March was also stationed in Geneva, where he held the positions of permanent representative of Spain to the United Nations and ambassador to the World Trade Organization (WTO), both between 2004 and 2007. From the first of the two positions, March offered – with the support of the then minister, Miguel Ángel Moratinos, to the United Nations authorities for Spain to take charge of the renovation of Room XX of the UN Palace of Nations in that Swiss town, later renamed ‘Human Rights Room’.
In this task, the ambassador was, therefore, the main architect of the construction of the Dome by the Spanish painter Miquel Barceló in the aforementioned room. According to his offer, the State would bear 30% of the cost of the work and the rest would be private contributions.
After accepting the offer, the Spanish Government budgeted the cost of the commission to the painter Miquel Barceló at 16.6 million euros, although in the end, that cost exceeded 20 million. The construction of the dome was surrounded by controversy, among other reasons because 500,000 euros were allocated to it from the Development Assistance Fund (FAD), something that the Government tried to justify by pointing out that the work had as its objective the promotion of human rights and multilateralism.

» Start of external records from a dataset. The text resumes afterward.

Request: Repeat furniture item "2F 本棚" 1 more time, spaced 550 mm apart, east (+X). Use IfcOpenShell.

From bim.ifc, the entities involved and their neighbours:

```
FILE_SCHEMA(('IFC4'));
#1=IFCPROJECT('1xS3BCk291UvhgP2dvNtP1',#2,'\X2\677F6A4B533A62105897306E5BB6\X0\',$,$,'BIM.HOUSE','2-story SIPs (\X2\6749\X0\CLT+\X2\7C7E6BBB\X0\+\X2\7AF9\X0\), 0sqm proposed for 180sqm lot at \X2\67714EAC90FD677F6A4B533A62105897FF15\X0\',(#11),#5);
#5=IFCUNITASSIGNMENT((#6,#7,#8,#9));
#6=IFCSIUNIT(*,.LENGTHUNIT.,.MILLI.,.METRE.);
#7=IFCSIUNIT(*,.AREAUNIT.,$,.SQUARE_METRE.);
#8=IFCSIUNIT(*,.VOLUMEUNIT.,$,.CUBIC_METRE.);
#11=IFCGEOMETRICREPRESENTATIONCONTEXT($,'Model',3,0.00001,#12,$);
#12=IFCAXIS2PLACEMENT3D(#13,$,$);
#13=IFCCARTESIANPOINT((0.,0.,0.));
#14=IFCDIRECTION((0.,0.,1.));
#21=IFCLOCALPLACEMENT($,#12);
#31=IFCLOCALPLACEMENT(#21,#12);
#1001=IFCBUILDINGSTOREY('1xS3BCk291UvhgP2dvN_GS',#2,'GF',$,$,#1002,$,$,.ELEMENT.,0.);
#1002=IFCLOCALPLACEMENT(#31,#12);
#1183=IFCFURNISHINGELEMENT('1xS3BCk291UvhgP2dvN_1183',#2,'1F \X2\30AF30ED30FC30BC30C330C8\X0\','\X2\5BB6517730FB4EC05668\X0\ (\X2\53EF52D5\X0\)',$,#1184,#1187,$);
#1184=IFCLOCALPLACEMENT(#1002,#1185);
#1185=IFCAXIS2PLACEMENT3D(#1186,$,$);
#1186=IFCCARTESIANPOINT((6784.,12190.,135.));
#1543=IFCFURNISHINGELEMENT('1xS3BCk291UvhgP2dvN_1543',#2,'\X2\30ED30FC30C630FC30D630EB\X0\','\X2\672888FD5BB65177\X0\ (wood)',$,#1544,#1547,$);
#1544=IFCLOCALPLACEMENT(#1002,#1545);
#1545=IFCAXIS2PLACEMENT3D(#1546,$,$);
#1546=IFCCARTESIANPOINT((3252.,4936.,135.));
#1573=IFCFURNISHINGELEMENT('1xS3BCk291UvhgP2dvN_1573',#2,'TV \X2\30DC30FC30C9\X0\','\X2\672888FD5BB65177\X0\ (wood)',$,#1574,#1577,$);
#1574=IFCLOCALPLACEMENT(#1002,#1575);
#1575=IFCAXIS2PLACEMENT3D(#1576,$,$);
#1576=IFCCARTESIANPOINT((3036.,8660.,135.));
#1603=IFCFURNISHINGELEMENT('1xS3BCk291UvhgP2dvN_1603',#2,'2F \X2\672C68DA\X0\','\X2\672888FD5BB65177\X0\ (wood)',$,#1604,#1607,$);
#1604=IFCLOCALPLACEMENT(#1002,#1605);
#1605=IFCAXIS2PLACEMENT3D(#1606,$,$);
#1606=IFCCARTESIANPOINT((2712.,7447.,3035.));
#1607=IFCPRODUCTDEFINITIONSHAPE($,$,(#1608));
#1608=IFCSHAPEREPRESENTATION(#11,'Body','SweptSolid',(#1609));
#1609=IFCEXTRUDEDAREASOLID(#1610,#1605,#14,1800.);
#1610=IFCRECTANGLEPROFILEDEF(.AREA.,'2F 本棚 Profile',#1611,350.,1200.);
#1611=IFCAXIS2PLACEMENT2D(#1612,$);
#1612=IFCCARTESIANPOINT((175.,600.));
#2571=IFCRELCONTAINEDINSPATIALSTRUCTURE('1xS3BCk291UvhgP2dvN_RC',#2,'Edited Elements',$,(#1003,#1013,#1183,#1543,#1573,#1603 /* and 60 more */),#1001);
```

```python
import numpy as np
import ifcopenshell
import ifcopenshell.api.geometry
import ifcopenshell.api.root
import ifcopenshell.util.element
import ifcopenshell.util.placement

model = ifcopenshell.open("bim.ifc")


def reuse_history(source, copy):
    """copy_class also copies each property set's owner history, people and application; keep the originals."""
    for rel in copy.IsDefinedBy:
        if rel.is_a("IfcRelDefinesByProperties") and (history := rel.RelatingPropertyDefinition.OwnerHistory):
            rel.RelatingPropertyDefinition.OwnerHistory = source.OwnerHistory
            ifcopenshell.util.element.remove_deep2(model, history)


source = model.by_guid("1xS3BCk291UvhgP2dvN_1603")
base = ifcopenshell.util.placement.get_local_placement(source.ObjectPlacement)
step = np.array([1.0, 0.0, 0.0]) * 550.0

for i in range(1, 2):
    copy = ifcopenshell.api.root.copy_class(model, product=source)
    copy.Representation = ifcopenshell.util.element.copy_deep(
        model, source.Representation, exclude=["IfcGeometricRepresentationContext", "IfcRepresentationMap"]
    )
    reuse_history(source, copy)
    matrix = base.copy()
    matrix[:3, 3] += i * step
    print("added at", matrix[:3, 3].round(3) + 0.0)
    ifcopenshell.api.geometry.edit_object_placement(model, product=copy, matrix=matrix, is_si=False)

model.write("bim_updated.ifc")
```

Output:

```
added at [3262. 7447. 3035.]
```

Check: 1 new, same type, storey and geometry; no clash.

In 2017, the then president of the Court of Accounts, Ramón Álvarez de Miranda, denounced in the Congress of Deputies irregularities in the State’s contribution to the leadership, in the years 2007 to 2011, indicating that “the planned contribution, of five million euros in 2008, it finally rose to 11.5 million due to the increase in cost and the non-compliance with financing forecasts by private entities” and that the State had to assume a much higher percentage of the cost, given the lack of private contributions.
The Barceló Dome was inaugurated on November 18, 2008, almost a year late than the scheduled date, and in the presence of Kings Juan Carlos and Sofía, José Luis Rodríguez Zapatero, and the then Secretary General of the UN, Ban Ki-Moon; and the then Turkish Prime Minister, Recep Tayip Erdogan, with whom the head of the Spanish Executive promoted the Alliance of Civilizations.
Juan Antonio March was present at the event as vice president of the ONUART Foundation, a position that he combined with that of Spanish ambassador to Russia, a position he held from December 2007 until the arrival of the PP to the Government in December 2011. Since then, had dedicated himself to the ONUART Foundation, of which he served as President until last February, when he was replaced by José Luis Bonet, president of the Spanish Chamber of Commerce and Industry.